#### Dataset records

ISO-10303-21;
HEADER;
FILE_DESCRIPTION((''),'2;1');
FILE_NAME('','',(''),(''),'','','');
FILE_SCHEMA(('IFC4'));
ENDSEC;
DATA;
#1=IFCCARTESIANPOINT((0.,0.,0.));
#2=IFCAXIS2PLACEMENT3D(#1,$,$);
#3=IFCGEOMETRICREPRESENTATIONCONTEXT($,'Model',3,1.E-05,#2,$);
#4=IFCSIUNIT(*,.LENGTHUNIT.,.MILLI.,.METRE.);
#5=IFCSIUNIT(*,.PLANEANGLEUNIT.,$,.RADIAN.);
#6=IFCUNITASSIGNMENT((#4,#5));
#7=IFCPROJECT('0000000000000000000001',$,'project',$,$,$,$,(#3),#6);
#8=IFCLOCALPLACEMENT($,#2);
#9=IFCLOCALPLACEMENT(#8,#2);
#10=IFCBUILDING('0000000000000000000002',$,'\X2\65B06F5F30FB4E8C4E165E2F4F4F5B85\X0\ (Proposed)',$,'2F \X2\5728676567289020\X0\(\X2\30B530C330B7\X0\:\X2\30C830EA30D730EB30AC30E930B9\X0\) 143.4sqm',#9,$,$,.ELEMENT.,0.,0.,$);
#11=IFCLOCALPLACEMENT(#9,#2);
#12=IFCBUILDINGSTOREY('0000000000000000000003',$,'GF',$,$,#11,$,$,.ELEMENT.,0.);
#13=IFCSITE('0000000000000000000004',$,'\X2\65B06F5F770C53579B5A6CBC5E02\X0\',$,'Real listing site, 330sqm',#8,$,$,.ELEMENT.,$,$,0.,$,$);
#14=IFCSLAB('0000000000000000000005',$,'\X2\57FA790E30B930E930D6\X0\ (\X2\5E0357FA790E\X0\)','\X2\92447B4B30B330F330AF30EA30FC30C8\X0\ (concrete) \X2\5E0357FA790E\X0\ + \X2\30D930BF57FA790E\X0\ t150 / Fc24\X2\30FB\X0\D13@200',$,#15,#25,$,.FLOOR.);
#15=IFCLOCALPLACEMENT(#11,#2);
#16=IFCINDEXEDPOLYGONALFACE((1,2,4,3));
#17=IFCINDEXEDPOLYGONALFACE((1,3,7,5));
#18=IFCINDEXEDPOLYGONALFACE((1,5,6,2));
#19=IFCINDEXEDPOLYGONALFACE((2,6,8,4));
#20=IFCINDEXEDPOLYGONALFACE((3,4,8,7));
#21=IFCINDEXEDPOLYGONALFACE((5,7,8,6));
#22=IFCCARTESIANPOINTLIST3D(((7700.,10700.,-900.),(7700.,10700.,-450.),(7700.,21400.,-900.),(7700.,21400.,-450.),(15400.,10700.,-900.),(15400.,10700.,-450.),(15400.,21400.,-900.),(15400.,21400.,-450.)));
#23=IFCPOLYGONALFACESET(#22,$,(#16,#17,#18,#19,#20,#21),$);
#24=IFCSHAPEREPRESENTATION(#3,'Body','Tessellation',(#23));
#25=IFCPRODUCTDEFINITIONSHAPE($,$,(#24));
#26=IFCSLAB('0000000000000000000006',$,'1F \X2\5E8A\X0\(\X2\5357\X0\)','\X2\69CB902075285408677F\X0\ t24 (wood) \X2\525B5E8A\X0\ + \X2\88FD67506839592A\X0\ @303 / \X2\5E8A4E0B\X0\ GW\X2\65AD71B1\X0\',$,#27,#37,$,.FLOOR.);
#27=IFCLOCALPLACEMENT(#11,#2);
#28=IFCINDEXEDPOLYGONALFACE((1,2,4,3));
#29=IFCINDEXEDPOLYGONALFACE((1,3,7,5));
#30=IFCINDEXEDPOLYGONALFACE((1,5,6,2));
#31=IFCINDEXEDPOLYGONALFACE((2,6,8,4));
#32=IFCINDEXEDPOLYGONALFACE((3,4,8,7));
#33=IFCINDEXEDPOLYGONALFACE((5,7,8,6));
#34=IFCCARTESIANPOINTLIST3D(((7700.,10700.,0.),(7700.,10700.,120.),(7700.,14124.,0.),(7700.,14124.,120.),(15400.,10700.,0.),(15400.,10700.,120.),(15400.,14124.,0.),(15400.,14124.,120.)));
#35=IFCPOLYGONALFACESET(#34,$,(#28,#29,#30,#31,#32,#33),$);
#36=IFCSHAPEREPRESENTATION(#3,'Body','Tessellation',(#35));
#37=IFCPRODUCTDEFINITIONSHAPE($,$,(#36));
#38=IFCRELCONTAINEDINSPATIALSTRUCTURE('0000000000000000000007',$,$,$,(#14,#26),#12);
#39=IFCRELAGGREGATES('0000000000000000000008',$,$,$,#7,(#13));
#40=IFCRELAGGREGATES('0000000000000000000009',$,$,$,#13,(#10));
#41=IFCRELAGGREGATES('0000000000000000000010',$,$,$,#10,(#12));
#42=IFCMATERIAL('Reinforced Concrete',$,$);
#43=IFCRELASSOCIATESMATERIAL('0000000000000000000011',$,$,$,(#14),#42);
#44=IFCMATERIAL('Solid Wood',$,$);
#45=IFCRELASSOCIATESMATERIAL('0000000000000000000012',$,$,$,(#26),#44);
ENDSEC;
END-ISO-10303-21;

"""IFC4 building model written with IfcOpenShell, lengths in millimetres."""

from ifc_helpers import new_model, si_unit, frame, frame_2d, origin, place, context, project, spatial, rectangle, extrude, material, element, save


model = new_model("IFC4")

# Units and contexts
model_context = context("Model", 3, precision=1e-05, world=origin())
ifc_project = project(units=[si_unit("LENGTHUNIT", "METRE", prefix="MILLI"), si_unit("PLANEANGLEUNIT", "RADIAN")], contexts=[model_context])

# Site, building, storey
site_placement = place(None, origin())
site = spatial("IfcSite", under=ifc_project, at=site_placement, Name="新潟県南魚沼市", ObjectType="Real listing site, 330sqm", CompositionType="ELEMENT", RefElevation=0.0)
building_placement = place(site_placement, origin())
building = spatial("IfcBuilding", under=site, at=building_placement, Name="新潟・二世帯住宅 (Proposed)", ObjectType="2F 在来木造(サッシ:トリプルガラス) 143.4sqm", CompositionType="ELEMENT", ElevationOfRefHeight=0.0, ElevationOfTerrain=0.0)
storey_placement = place(building_placement, origin())
storey = spatial("IfcBuildingStorey", under=building, at=storey_placement, Name="GF", CompositionType="ELEMENT", Elevation=0.0)

# Shared definitions
ifc_material_1 = material(Name="Solid Wood")

# Slabs
ifc_material_2 = material(Name="Reinforced Concrete")
slab_1_placement = place(storey_placement, frame((3850.0, 5350.0, -450.0)))
element("IfcSlab", 1, at=slab_1_placement, inside=storey, material=ifc_material_2, Name="基礎スラブ (布基礎)", Description="鉄筋コンクリート (concrete) 布基礎 + ベタ基礎 t150 / Fc24・D13@200", PredefinedType="FLOOR", context=model_context, shape_type="SweptSolid", body=[
    extrude(rectangle(XDim=7700.0, YDim=10700.0, at=frame_2d((3850.0, 5350.0))), frame((3850.0, 5350.0, -450.0)), (0.0, 0.0, 1.0), 450.0),
])
slab_2_placement = place(storey_placement, frame((3850.0, 5350.0, 0.0)))
element("IfcSlab", 2, at=slab_2_placement, inside=storey, material=ifc_material_1, Name="1F 床(南)", Description="構造用合板 t24 (wood) 剛床 + 製材根太 @303 / 床下 GW断熱", PredefinedType="FLOOR", context=model_context, shape_type="SweptSolid", body=[
    extrude(rectangle(XDim=7700.0, YDim=3424.0, at=frame_2d((3850.0, 1712.0))), frame((3850.0, 5350.0, 0.0)), (0.0, 0.0, 1.0), 120.0),
])

save(model, "model.ifc")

########

(How to complete this task): Your answer should consist of every line from the entries that holds "IFCLOCALPLACEMENT".

(Solution for this task):
#8=IFCLOCALPLACEMENT($,#2);
#9=IFCLOCALPLACEMENT(#8,#2);
#11=IFCLOCALPLACEMENT(#9,#2);
#15=IFCLOCALPLACEMENT(#11,#2);
#27=IFCLOCALPLACEMENT(#11,#2);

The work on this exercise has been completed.